● **Data for processing**
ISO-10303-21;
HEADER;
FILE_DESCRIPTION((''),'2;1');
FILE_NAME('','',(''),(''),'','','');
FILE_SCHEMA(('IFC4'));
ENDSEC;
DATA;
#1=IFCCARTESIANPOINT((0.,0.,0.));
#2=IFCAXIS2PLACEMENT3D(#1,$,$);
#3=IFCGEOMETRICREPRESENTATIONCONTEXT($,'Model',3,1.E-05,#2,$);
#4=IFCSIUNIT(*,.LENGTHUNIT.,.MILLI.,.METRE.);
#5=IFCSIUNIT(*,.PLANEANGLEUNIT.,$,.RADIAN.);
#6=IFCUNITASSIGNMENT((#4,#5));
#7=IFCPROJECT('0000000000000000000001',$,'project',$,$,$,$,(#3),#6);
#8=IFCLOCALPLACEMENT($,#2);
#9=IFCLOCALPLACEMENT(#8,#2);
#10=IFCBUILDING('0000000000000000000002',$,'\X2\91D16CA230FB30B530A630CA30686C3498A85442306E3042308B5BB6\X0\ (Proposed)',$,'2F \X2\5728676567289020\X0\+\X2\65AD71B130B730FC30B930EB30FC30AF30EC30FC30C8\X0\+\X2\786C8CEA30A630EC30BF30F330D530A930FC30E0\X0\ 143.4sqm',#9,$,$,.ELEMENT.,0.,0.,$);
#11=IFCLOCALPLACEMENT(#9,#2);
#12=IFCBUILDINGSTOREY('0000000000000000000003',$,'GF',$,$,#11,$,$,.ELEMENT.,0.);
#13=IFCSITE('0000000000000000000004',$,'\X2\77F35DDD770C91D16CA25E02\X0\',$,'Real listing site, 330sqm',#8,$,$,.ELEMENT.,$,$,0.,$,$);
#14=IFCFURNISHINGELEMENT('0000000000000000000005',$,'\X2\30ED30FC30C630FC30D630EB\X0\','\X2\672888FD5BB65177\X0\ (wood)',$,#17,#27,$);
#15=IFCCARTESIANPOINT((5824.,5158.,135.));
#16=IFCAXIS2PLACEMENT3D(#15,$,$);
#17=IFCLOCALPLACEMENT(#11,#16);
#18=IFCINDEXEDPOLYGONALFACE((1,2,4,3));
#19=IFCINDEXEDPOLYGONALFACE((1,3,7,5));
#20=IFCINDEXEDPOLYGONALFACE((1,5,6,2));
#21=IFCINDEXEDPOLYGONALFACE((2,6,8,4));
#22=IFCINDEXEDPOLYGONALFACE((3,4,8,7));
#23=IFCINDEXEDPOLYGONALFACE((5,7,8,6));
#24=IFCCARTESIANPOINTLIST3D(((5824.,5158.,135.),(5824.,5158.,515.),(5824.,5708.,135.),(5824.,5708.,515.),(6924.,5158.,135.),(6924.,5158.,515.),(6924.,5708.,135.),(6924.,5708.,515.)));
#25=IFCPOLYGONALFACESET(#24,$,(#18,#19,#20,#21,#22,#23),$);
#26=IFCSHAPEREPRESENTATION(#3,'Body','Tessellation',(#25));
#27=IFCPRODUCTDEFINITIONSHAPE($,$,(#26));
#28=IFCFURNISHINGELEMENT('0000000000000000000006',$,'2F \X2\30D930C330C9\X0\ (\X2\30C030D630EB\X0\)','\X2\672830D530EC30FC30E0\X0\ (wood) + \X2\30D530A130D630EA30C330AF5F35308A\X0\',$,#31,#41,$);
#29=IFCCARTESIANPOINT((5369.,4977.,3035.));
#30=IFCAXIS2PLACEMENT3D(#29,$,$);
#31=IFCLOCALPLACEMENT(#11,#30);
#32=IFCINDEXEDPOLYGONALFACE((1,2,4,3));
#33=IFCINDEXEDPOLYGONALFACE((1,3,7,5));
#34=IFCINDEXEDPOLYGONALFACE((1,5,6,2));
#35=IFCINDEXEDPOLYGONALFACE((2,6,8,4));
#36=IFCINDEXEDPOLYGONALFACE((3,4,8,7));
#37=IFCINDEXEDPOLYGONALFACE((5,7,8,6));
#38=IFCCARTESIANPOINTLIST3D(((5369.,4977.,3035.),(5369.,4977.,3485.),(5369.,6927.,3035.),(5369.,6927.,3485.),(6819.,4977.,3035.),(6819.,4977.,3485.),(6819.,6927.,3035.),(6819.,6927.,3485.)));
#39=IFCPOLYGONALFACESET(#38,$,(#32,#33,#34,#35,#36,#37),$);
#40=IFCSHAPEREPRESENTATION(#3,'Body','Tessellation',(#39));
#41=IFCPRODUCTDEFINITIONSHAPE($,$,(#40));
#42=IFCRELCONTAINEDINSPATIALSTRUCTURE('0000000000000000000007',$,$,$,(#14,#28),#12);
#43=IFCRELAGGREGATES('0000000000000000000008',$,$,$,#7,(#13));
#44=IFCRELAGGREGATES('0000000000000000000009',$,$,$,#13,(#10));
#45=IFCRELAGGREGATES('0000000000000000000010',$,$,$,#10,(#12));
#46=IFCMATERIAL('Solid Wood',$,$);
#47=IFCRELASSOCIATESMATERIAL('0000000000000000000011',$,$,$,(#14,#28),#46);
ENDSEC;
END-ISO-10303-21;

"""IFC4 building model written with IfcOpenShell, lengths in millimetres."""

from ifc_helpers import new_model, si_unit, frame, frame_2d, origin, place, context, project, spatial, rectangle, extrude, material, element, save


model = new_model("IFC4")

# Units and contexts
model_context = context("Model", 3, precision=1e-05, world=origin())
ifc_project = project(units=[si_unit("LENGTHUNIT", "METRE", prefix="MILLI"), si_unit("PLANEANGLEUNIT", "RADIAN")], contexts=[model_context])

# Site, building, storey
site_placement = place(None, origin())
site = spatial("IfcSite", under=ifc_project, at=site_placement, Name="石川県金沢市", ObjectType="Real listing site, 330sqm", CompositionType="ELEMENT", RefElevation=0.0)
building_placement = place(site_placement, origin())
building = spatial("IfcBuilding", under=site, at=building_placement, Name="金沢・サウナと水風呂のある家 (Proposed)", ObjectType="2F 在来木造+断熱シースルークレート+硬質ウレタンフォーム 143.4sqm", CompositionType="ELEMENT", ElevationOfRefHeight=0.0, ElevationOfTerrain=0.0)
storey_placement = place(building_placement, origin())
storey = spatial("IfcBuildingStorey", under=building, at=storey_placement, Name="GF", CompositionType="ELEMENT", Elevation=0.0)

# Shared definitions
ifc_material_1 = material(Name="Solid Wood")

# Furnishing elements
furnishing_1_placement = place(storey_placement, frame((5824.0, 5158.0, 135.0)))
element("IfcFurnishingElement", 1, at=furnishing_1_placement, inside=storey, material=ifc_material_1, Name="ローテーブル", Description="木製家具 (wood)", context=model_context, shape_type="SweptSolid", body=[
    extrude(rectangle(XDim=1100.0, YDim=550.0, at=frame_2d((550.0, 275.0))), frame((5824.0, 5158.0, 135.0)), (0.0, 0.0, 1.0), 380.0),
])
furnishing_2_placement = place(storey_placement, frame((5369.0, 4977.0, 3035.0)))
element("IfcFurnishingElement", 2, at=furnishing_2_placement, inside=storey, material=ifc_material_1, Name="2F ベッド (ダブル)", Description="木フレーム (wood) + ファブリック張り", context=model_context, shape_type="SweptSolid", body=[
    extrude(rectangle(XDim=1450.0, YDim=1950.0, at=frame_2d((725.0, 975.0))), frame((5369.0, 4977.0, 3035.0)), (0.0, 0.0, 1.0), 450.0),
])

save(model, "model.ifc")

● **Required action**
Write out the records exactly, starting at the first line and stopping after the line that contains "#4=IFCSIUNIT(*,.LENGTHUNIT.,.MILLI.,.METRE.);".

● **Solution to this problem**
ISO-10303-21;
HEADER;
FILE_DESCRIPTION((''),'2;1');
FILE_NAME('','',(''),(''),'','','');
FILE_SCHEMA(('IFC4'));
ENDSEC;
DATA;
#1=IFCCARTESIANPOINT((0.,0.,0.));
#2=IFCAXIS2PLACEMENT3D(#1,$,$);
#3=IFCGEOMETRICREPRESENTATIONCONTEXT($,'Model',3,1.E-05,#2,$);
#4=IFCSIUNIT(*,.LENGTHUNIT.,.MILLI.,.METRE.);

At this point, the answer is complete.